An unforeseen obstacle threatening Massa’s campaign  

The impeachment of the Supreme Court will serve as the opposition’s platform to disrupt the Minister-candidate and force him to put strain on the Unión por la Patria coalition

A black swan emerged in the final sprint of the campaign and brought some “noise” into Sergio Massa’s strategy for the second round. The impeachment of the Supreme Court wasn’t even on the candidates’ agenda, and it was languishing in the margins. 

But the issue has managed to slip into the spotlight recently, and it’s starting to look like it will be the opposition’s springboard to throw the candidate-minister off course and force him to strain the Unión por la Patria (UxP) coalition. That said, it was the ruling coalition itself that served them the chance to resuscitate the issue on a silver platter, an opportunity to win a few points by mortifying Massa.
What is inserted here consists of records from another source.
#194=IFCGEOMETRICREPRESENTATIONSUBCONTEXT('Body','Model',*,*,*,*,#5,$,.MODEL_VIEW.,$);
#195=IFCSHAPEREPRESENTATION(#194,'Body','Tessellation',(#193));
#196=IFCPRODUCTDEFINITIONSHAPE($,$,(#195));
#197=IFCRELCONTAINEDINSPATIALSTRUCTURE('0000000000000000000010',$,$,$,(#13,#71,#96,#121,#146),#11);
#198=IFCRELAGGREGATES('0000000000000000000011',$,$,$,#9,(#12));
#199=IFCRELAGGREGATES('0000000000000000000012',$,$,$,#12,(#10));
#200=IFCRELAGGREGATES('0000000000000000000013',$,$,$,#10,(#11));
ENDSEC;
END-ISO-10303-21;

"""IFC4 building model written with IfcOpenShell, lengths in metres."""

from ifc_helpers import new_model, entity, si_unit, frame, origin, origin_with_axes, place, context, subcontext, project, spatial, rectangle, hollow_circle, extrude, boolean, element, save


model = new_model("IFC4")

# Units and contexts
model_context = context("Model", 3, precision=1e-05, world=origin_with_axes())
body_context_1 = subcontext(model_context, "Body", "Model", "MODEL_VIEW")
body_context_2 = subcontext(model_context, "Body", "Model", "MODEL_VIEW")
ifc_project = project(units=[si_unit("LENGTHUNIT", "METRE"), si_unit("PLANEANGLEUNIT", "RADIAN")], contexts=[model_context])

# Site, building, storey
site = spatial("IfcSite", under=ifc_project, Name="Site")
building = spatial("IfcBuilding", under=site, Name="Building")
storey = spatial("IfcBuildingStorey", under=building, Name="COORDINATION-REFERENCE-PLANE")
An attempt at damage control will start soon, but it will require a delicate balancing act to prevent further mishaps. 

Incredibly, on October 19, in the week before the general elections, the secretary of the Chamber of Deputies’ impeachment commission went in person to the fourth floor of the Palace of Justice, together with a notifier and two other people. One of them was holding his cellphone up in a filming position, according to eyewitnesses. He was tasked with formally notifying the four Supreme Court Justices of the charges against them, brought by the ruling party’s majority in the commission, which rushed to close the investigation phase. These are the charges for which they believe the judges must be impeached. 

Their visit didn’t go unnoticed inside a place that holds the largest number of lawyers per square meter in the entire city. They were obliged to respond within 10 working days, which they did last Thursday, in two written answers submitted individually by Horacio Rosatti and Carlos Rosenkrantz, president and vice president of the Supreme Court. The Herald’s sister title, Ámbito, read their replies, which included barbed paragraphs about the commission’s work, the characteristics of the process, and the poor technical output of their conclusions. 

Fallout from the impeachment attempt

Within UxP, people wondered why the judges had made the answers public, since the impeachment issue had been basically encapsulated. They replied that they had no choice after the visit of the notifiers, who knocked on every spokesperson’s door. There’s another curiosity about the date: four days before the election, the move only makes sense if they were imagining a scenario where Massa lost, and the action would no longer be viable the week before the runoff. 

But what most infuriated Massa was an off-the-record statement that reached his ears, attributed to commission president Carolina Gaillard from Entre Ríos, who not only revealed the final indictment against the four justices, but added that they could finally approve it between November 13 and 17, if there was an extension of the ordinary voting sessions in Congress. In short, they showed their hand and raised the temperature the last week before the runoff. 

To make matters worse, the shrapnel from the impeachment issue was not limited to Kirchnerism, which had gone all-in with the initiative from the start and wasn’t afraid of the consequences. Massa had also contributed two legislators to the process, and the candidate will pay a price for that. If Ramiro Gutiérrez ever imagined that his expertise and active role in the commission would help him get the Justice Ministry seat in a potential UxP government, his chances have started to evaporate. Sources close to Massa are harsh about that lack of foresight and recklessness. Given all of this, the loyalty scanners are also targeting Gaillard. 

Added to the gruesome scenario this week was a leak of direct conversations between a congressman and a man who is in prison for spying on dozens of judges. Last weekend, faced with the unexpected storm, Massa’s people immediately started working to envisage the (possibly) least damaging scenarios — or at least, those that would help cool things down. It’s not simple, because it’s not as if they can opt out of the balancing act of the past year.

Managing rogue sectors

It’s no longer about organizing speeches and avoiding self-inflicted wounds, something the ruling party was managing well. Instead, it’s about managing coalition sectors that seem to have gone rogue, pursuing agenda goals that are not about winning the election. 

The whole affair was a gift for Mauricio Macri, as he lays the groundwork to accuse the candidate of disrespecting the separation of powers, the institutions, and attacking justice, all because of the inherited impeachment. Yet the surprise wasn’t Macri’s tweets, but Juan Schiaretti’s — the first figure to go on the offensive as he tries to stem the flow of his leaders whose support Massa is trying to capture in Cordoba — and, in particular, Roberto Lavagna’s, who according to Massa’s own comments will play a key role in his future administration. 

Followers of Coalición Cívica founder Lilita Carrió, PRO hardliners, and UCR members joined in almost by reflex. With this thorn in his side, Massa needs to make it through to November 19. If he ever had a political objective and a virtuous goal of uniting the ruling coalition, the issue became a dirty bomb for the campaign. It’s on the brink of exploding at the worst possible moment, and will have to be deactivated with care.